Chicken nuggets with breadcrumbs: The breadcrumbs will increase your intake of simple carbohydrate.

Cooked meat products: Too many chemical substances will be added in the process of production, so that the quality is lower.

Bacon: Though tasting good, it contains too much fat. So, it’s not a good choice.

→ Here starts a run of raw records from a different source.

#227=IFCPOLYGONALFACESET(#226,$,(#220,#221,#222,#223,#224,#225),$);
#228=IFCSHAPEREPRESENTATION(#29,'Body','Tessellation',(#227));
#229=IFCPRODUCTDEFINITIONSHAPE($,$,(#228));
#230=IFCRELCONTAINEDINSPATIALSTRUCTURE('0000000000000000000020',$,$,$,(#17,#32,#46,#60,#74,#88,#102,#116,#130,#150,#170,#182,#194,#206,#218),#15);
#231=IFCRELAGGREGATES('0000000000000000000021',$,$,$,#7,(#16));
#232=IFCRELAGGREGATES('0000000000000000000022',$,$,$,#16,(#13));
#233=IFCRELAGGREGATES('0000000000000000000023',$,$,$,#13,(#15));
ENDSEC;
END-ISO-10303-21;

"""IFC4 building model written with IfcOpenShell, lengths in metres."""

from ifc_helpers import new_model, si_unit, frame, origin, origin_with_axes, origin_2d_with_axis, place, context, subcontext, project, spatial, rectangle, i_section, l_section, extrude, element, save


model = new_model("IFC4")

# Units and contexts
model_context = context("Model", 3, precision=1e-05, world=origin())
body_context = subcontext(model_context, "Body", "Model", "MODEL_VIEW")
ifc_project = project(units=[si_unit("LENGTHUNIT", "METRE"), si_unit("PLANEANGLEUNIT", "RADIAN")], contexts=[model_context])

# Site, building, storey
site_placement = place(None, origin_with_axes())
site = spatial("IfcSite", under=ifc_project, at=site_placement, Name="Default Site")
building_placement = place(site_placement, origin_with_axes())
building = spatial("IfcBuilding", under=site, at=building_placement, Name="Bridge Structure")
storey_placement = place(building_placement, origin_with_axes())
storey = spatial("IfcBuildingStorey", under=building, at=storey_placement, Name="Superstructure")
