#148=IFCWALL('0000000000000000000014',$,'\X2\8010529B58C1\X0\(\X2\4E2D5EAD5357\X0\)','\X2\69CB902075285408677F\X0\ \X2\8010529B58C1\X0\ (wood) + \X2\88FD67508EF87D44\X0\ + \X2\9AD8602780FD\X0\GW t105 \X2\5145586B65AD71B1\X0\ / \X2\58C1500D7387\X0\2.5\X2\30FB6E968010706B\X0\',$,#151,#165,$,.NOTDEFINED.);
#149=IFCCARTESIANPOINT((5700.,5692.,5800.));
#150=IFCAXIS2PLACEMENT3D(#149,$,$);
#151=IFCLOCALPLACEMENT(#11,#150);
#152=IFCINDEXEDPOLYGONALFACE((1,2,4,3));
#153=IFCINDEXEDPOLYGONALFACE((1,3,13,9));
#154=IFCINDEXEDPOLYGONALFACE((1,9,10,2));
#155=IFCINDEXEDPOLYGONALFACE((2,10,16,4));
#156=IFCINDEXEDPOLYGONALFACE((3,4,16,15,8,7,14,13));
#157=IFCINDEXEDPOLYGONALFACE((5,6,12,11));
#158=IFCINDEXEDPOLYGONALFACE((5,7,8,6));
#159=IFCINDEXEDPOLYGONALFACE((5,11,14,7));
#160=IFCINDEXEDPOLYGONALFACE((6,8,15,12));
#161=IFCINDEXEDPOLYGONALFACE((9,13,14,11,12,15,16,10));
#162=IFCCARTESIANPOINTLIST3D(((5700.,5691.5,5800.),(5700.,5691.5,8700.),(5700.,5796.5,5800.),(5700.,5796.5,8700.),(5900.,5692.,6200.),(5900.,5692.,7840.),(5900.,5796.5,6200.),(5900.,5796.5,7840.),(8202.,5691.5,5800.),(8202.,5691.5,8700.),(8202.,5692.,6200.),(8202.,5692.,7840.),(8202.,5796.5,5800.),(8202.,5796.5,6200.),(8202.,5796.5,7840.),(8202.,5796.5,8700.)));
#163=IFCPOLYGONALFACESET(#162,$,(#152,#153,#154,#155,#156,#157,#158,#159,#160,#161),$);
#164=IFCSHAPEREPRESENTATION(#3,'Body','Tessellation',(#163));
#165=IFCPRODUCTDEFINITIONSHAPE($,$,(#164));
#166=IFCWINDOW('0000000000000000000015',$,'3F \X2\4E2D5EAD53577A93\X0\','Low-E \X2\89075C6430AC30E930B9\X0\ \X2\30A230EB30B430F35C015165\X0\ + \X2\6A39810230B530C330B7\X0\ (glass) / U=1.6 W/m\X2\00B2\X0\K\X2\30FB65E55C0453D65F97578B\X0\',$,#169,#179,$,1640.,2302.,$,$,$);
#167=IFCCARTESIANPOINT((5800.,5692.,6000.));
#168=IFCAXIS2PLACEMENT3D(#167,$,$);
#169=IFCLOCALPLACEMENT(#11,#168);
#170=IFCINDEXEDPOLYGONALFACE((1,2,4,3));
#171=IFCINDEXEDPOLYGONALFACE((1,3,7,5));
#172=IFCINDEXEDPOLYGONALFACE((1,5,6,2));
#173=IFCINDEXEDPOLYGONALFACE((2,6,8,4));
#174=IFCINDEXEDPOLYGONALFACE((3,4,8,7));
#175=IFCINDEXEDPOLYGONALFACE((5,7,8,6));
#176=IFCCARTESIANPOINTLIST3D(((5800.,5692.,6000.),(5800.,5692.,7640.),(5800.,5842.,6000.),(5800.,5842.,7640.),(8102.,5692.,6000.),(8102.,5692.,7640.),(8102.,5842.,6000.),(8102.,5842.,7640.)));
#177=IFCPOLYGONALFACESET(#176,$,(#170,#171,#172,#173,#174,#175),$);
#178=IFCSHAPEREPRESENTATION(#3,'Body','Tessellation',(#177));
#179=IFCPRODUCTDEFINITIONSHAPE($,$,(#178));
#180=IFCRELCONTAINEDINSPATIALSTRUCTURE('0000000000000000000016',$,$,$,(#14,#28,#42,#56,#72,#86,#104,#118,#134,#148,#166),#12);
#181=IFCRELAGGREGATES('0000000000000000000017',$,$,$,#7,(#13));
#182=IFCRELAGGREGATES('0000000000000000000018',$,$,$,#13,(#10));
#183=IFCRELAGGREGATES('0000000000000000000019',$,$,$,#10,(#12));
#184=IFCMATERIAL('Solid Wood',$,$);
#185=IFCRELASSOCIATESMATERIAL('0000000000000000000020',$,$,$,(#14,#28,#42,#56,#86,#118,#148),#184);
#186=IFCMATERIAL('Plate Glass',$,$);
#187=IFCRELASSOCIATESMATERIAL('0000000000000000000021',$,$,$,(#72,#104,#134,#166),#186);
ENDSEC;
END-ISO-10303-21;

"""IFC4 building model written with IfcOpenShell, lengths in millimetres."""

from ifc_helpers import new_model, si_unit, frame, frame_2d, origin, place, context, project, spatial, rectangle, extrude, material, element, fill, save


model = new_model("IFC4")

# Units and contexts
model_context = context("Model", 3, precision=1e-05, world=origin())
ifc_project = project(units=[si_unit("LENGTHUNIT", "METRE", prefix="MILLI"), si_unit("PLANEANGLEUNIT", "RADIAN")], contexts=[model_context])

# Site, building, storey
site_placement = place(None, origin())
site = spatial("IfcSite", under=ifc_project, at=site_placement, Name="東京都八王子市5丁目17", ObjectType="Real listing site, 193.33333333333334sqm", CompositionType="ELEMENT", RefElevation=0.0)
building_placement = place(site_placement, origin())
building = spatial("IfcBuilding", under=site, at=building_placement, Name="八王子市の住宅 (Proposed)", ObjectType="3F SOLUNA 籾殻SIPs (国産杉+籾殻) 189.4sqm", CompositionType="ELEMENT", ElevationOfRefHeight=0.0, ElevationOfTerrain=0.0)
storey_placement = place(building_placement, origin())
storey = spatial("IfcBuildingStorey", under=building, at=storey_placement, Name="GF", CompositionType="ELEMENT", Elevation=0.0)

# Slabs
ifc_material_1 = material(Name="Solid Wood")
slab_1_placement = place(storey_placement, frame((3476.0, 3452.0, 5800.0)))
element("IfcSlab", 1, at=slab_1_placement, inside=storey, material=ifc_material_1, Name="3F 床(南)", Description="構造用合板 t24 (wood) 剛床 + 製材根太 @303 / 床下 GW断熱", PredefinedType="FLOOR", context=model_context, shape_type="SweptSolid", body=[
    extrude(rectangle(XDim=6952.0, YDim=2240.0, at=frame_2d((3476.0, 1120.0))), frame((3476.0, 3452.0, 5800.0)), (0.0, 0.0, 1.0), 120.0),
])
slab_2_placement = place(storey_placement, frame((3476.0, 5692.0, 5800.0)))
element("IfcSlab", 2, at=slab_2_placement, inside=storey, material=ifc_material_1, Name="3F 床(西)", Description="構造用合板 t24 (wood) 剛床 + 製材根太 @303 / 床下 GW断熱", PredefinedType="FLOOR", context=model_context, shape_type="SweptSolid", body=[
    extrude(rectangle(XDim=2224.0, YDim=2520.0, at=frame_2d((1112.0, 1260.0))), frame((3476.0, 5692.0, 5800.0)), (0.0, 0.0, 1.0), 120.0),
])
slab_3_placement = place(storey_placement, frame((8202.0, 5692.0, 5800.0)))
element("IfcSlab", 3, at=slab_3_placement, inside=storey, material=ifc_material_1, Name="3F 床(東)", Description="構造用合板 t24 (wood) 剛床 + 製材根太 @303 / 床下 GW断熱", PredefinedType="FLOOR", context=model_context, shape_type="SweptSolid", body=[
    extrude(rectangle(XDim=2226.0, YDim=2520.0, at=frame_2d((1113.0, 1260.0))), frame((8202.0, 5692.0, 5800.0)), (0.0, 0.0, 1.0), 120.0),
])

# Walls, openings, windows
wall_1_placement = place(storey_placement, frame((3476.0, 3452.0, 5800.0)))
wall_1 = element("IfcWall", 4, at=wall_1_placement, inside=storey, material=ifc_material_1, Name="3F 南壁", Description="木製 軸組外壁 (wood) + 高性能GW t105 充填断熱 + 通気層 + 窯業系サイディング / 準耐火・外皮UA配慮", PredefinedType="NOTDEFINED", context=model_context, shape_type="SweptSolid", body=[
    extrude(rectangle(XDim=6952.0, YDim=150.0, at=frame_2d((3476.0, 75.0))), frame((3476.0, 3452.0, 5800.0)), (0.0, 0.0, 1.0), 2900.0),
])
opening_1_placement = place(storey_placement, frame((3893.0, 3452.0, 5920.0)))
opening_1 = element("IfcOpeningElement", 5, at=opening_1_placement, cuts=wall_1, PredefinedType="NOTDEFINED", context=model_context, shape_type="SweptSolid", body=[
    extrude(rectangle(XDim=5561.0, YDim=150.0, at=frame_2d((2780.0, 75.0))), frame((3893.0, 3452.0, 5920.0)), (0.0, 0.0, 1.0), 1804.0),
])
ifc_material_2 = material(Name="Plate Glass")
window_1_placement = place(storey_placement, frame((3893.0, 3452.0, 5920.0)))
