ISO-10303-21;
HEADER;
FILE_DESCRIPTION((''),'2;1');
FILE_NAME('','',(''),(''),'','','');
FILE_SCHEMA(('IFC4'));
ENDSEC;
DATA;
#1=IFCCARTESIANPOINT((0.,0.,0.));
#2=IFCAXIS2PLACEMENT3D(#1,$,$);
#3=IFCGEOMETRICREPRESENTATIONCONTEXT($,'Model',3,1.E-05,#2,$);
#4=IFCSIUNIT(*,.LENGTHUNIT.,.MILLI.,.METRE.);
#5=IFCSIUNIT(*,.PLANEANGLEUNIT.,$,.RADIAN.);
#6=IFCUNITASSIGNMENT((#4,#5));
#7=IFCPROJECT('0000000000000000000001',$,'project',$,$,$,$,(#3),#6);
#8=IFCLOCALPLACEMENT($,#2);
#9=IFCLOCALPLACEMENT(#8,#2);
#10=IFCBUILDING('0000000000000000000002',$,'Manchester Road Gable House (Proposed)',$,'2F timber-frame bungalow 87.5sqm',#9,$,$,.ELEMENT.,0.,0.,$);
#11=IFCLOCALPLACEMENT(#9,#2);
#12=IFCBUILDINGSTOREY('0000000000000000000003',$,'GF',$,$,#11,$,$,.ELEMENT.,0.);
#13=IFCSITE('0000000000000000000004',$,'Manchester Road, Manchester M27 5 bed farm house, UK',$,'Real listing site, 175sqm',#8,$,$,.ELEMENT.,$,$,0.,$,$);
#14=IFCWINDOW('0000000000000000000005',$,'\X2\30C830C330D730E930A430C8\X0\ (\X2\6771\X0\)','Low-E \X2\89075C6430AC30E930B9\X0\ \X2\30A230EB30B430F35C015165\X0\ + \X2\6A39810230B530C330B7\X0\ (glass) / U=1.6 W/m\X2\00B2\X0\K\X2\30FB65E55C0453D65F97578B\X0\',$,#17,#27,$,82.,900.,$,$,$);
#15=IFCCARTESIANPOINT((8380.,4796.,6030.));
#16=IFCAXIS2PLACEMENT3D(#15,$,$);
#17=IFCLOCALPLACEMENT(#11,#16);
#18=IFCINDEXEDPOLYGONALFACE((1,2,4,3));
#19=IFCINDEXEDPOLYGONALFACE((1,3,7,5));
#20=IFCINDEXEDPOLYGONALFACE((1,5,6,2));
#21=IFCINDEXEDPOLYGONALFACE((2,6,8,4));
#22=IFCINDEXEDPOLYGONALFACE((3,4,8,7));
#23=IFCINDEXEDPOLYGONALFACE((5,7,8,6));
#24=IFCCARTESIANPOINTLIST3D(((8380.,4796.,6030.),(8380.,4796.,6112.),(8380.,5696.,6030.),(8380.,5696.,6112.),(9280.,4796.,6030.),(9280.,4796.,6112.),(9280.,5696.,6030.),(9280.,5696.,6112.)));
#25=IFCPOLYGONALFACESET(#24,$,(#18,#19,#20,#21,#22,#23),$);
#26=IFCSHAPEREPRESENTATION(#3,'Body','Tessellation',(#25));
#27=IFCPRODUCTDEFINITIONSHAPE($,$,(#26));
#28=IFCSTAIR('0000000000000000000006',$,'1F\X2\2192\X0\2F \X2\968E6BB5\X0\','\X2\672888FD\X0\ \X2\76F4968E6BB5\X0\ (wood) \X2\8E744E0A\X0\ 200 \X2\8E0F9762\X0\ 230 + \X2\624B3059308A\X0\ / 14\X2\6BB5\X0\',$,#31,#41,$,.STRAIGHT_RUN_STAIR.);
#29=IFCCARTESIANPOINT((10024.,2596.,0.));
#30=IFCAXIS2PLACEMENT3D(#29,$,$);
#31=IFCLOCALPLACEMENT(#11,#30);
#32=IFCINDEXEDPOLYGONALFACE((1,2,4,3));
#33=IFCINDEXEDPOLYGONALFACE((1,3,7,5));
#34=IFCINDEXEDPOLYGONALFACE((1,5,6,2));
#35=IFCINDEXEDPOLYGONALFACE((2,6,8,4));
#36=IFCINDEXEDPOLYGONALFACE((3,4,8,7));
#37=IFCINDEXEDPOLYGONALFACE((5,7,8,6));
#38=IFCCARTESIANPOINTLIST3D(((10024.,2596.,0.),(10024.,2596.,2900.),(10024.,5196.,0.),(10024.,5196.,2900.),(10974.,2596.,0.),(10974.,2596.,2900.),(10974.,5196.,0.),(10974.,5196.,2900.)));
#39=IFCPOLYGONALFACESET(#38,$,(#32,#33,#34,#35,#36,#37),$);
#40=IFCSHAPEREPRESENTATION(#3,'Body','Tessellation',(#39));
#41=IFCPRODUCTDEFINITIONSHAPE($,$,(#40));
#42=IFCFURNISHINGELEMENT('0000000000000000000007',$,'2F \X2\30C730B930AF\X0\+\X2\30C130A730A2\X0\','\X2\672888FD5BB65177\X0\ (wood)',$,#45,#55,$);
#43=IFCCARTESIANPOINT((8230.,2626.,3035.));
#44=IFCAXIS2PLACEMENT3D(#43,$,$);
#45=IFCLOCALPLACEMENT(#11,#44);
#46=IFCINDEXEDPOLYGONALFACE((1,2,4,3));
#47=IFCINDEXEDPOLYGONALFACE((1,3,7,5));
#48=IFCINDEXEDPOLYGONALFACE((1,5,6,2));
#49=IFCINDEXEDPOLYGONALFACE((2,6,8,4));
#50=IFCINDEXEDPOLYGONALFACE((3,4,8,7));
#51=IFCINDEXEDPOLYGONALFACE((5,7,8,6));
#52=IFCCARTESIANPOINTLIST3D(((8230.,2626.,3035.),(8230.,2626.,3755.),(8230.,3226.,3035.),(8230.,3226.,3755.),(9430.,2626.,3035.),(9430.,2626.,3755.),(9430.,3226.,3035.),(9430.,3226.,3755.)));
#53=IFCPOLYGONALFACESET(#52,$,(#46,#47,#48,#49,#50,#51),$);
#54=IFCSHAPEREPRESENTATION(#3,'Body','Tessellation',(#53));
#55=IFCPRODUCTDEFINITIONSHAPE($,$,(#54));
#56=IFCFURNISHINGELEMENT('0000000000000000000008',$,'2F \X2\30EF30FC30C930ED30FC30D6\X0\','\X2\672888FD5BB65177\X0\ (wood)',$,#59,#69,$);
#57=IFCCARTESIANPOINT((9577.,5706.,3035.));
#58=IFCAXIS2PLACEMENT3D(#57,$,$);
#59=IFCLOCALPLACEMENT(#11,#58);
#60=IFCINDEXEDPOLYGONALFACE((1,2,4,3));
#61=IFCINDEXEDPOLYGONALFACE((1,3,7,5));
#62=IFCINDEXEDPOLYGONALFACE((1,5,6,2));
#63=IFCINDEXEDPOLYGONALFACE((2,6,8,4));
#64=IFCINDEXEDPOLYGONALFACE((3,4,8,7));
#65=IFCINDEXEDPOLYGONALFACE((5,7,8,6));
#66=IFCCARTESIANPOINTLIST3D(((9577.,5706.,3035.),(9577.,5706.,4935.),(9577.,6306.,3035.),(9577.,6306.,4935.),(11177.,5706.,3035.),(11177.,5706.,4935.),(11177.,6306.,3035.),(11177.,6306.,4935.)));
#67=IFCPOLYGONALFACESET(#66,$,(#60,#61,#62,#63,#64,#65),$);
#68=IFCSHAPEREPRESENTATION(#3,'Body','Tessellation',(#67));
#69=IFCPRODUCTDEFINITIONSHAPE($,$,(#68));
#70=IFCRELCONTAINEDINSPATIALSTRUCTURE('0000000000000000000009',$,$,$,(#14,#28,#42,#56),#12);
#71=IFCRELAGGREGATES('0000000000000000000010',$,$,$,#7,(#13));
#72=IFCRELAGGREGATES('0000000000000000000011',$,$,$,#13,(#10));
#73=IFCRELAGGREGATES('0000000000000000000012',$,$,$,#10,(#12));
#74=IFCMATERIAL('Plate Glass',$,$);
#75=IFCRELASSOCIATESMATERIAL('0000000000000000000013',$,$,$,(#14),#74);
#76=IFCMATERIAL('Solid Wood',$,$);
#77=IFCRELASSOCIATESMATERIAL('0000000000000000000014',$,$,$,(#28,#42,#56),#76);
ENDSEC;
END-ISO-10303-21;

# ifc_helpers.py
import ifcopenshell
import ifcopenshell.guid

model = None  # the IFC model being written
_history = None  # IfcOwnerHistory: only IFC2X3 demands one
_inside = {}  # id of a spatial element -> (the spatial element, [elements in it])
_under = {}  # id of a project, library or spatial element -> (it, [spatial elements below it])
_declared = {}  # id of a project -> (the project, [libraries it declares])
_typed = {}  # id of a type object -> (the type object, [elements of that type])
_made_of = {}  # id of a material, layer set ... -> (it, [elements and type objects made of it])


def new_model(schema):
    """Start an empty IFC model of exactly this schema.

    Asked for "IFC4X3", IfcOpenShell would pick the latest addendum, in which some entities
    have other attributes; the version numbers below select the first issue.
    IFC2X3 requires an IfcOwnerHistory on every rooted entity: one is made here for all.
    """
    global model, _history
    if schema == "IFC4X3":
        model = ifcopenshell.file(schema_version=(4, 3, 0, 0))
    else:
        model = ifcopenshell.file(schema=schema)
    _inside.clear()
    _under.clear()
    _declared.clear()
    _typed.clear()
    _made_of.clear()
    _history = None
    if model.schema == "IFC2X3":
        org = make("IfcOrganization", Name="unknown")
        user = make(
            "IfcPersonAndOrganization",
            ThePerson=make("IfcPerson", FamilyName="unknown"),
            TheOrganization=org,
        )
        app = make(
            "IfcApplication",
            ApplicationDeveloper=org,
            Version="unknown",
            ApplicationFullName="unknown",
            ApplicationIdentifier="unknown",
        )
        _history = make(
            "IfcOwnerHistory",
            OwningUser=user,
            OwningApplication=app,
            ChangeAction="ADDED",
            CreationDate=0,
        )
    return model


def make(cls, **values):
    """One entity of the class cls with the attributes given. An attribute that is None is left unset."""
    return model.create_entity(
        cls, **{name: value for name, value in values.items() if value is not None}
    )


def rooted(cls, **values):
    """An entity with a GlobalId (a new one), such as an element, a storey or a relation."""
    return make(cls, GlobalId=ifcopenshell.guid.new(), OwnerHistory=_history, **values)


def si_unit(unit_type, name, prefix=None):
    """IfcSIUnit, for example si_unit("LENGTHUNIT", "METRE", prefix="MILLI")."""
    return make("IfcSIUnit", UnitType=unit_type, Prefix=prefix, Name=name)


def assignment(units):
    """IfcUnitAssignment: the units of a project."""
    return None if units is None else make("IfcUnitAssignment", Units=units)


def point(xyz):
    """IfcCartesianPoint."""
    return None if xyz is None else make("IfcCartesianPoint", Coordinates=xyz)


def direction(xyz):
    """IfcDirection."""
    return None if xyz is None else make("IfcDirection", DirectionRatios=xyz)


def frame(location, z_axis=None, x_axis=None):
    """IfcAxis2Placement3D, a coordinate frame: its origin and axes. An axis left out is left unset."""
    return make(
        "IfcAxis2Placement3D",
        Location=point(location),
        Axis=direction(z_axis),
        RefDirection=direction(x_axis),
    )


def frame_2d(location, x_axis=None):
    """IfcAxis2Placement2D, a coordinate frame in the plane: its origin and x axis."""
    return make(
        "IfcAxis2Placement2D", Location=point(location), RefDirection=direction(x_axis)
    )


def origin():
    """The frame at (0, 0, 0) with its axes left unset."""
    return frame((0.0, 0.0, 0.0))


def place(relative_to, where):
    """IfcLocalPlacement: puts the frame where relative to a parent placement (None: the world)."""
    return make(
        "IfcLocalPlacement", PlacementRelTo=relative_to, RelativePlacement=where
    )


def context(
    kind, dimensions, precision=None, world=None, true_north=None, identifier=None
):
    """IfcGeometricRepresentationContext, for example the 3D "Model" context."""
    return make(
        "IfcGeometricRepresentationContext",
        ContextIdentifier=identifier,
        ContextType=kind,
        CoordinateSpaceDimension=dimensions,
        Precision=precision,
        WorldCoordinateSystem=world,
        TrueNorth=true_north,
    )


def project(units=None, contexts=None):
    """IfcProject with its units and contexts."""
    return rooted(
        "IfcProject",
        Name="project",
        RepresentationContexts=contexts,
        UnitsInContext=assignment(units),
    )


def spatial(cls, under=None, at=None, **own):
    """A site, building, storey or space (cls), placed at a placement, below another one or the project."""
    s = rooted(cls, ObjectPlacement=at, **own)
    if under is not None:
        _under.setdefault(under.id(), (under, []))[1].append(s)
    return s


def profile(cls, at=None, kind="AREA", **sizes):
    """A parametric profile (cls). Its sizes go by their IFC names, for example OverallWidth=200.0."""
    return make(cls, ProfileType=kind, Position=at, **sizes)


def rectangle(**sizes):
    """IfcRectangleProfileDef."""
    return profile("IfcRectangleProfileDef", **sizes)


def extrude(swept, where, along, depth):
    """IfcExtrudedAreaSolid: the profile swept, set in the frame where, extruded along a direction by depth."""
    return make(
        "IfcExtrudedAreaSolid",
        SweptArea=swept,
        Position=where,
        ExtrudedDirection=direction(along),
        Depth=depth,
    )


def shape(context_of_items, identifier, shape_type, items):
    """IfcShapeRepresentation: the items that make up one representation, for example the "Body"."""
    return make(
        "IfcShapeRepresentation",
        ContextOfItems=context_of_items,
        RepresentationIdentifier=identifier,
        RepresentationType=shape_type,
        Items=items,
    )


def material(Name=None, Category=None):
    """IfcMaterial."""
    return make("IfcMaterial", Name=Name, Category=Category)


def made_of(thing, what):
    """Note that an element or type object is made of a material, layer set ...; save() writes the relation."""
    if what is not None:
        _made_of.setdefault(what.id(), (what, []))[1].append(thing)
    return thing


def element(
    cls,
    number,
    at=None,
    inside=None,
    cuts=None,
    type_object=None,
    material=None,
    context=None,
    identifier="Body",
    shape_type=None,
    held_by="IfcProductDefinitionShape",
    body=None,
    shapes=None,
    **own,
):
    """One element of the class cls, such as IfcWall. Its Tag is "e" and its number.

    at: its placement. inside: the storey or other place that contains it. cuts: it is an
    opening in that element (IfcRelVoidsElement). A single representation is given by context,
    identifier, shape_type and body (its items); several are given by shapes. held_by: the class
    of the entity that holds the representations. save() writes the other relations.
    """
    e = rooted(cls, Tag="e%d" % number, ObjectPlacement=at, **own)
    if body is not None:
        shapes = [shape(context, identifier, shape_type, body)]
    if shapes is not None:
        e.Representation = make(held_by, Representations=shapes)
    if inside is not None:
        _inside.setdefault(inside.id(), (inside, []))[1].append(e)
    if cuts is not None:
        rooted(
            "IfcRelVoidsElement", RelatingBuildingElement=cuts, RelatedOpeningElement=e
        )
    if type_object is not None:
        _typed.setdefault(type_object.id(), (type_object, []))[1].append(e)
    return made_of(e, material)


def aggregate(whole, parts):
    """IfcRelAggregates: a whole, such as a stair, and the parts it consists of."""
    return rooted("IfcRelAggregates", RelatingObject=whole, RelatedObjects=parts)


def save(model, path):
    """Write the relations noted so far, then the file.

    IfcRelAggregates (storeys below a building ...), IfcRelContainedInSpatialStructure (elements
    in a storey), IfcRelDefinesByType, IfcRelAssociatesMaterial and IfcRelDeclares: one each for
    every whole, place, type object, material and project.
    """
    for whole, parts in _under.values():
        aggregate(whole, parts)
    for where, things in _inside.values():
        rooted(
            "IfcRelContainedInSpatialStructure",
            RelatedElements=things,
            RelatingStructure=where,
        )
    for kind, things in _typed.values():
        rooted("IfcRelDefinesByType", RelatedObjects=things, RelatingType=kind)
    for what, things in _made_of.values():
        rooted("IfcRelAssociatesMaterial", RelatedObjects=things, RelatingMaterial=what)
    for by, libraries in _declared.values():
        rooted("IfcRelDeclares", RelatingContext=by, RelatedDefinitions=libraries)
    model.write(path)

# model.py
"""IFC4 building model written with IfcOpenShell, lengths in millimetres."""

from ifc_helpers import new_model, si_unit, frame, frame_2d, origin, place, context, project, spatial, rectangle, extrude, material, element, save


model = new_model("IFC4")

# Units and contexts
model_context = context("Model", 3, precision=1e-05, world=origin())
ifc_project = project(units=[si_unit("LENGTHUNIT", "METRE", prefix="MILLI"), si_unit("PLANEANGLEUNIT", "RADIAN")], contexts=[model_context])

# Site, building, storey
site_placement = place(None, origin())
site = spatial("IfcSite", under=ifc_project, at=site_placement, Name="Manchester Road, Manchester M27 5 bed farm house, UK", ObjectType="Real listing site, 175sqm", CompositionType="ELEMENT", RefElevation=0.0)
building_placement = place(site_placement, origin())
building = spatial("IfcBuilding", under=site, at=building_placement, Name="Manchester Road Gable House (Proposed)", ObjectType="2F timber-frame bungalow 87.5sqm", CompositionType="ELEMENT", ElevationOfRefHeight=0.0, ElevationOfTerrain=0.0)
storey_placement = place(building_placement, origin())
storey = spatial("IfcBuildingStorey", under=building, at=storey_placement, Name="GF", CompositionType="ELEMENT", Elevation=0.0)

# Shared definitions
ifc_material_1 = material(Name="Solid Wood")

# Shared definitions
ifc_material_2 = material(Name="Plate Glass")

# Window
window_1_placement = place(storey_placement, frame((8380.0, 4796.0, 6030.0)))
element("IfcWindow", 1, at=window_1_placement, inside=storey, material=ifc_material_2, Name="トップライト (東)", Description="Low-E 複層ガラス アルゴン封入 + 樹脂サッシ (glass) / U=1.6 W/m²K・日射取得型", OverallHeight=82.0, OverallWidth=900.0, context=model_context, shape_type="SweptSolid", body=[
    extrude(rectangle(XDim=900.0, YDim=900.0, at=frame_2d((450.0, 450.0))), frame((8380.0, 4796.0, 6030.0)), (0.0, 0.0, 1.0), 82.0),
])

Ground beef with high fat: Though better tasted, this kind of beef contains too much fat, so it’s not good to take it too often.
Red meat with high fat: When buying steak, it doesn’t matter if there is some visible fat around the steak. What you need to do is to cut the fat you see. But if the visible fat is in the middle of the steak that is not easy to be cut, don’t buy such kind of steak though it’s better tasted.


----------



## Seeker (Jan 12, 2016)

disagree with this. Total bro science here.


----------



## nightster (Jan 12, 2016)

If I could, I'd eat steak every day.  For some reason Thanksgiving is the only time I want turkey.   I didn't see smoked ribs on the list...


----------



## rburdge84 (Jan 12, 2016)

Chicken nugget huh? Well hey if it's okay I'm going to get mcdonalds today and have some 20 mcnuggets and watch the gains come lol


----------



## Iron1 (Jan 12, 2016)

rburdge84 said:


> Chicken nugget huh? Well hey if it's okay I'm going to get mcdonalds today and have some 20 mcnuggets and watch the gains come lol



Well, you'll gain something but it might not be what you're hoping for. lol

IIFYM, bruh.


----------



## trodizzle (Jan 12, 2016)

rburdge84 said:


> Chicken nugget huh? Well hey if it's okay I'm going to get mcdonalds today and have some 20 mcnuggets and watch the gains come lol


----------



## rburdge84 (Jan 12, 2016)

Geez guys that was total sarcasm


----------



## John Ziegler (Jan 13, 2016)

I've been putting 2 cans of root beer in my extra large tumbler on ice then driving through Burger king on the way to work. These make a great little snack at 3 dollars for 20 pieces.


----------



## trodizzle (Jan 13, 2016)

Ever try yam root?


----------



## saltylifter (Jan 14, 2016)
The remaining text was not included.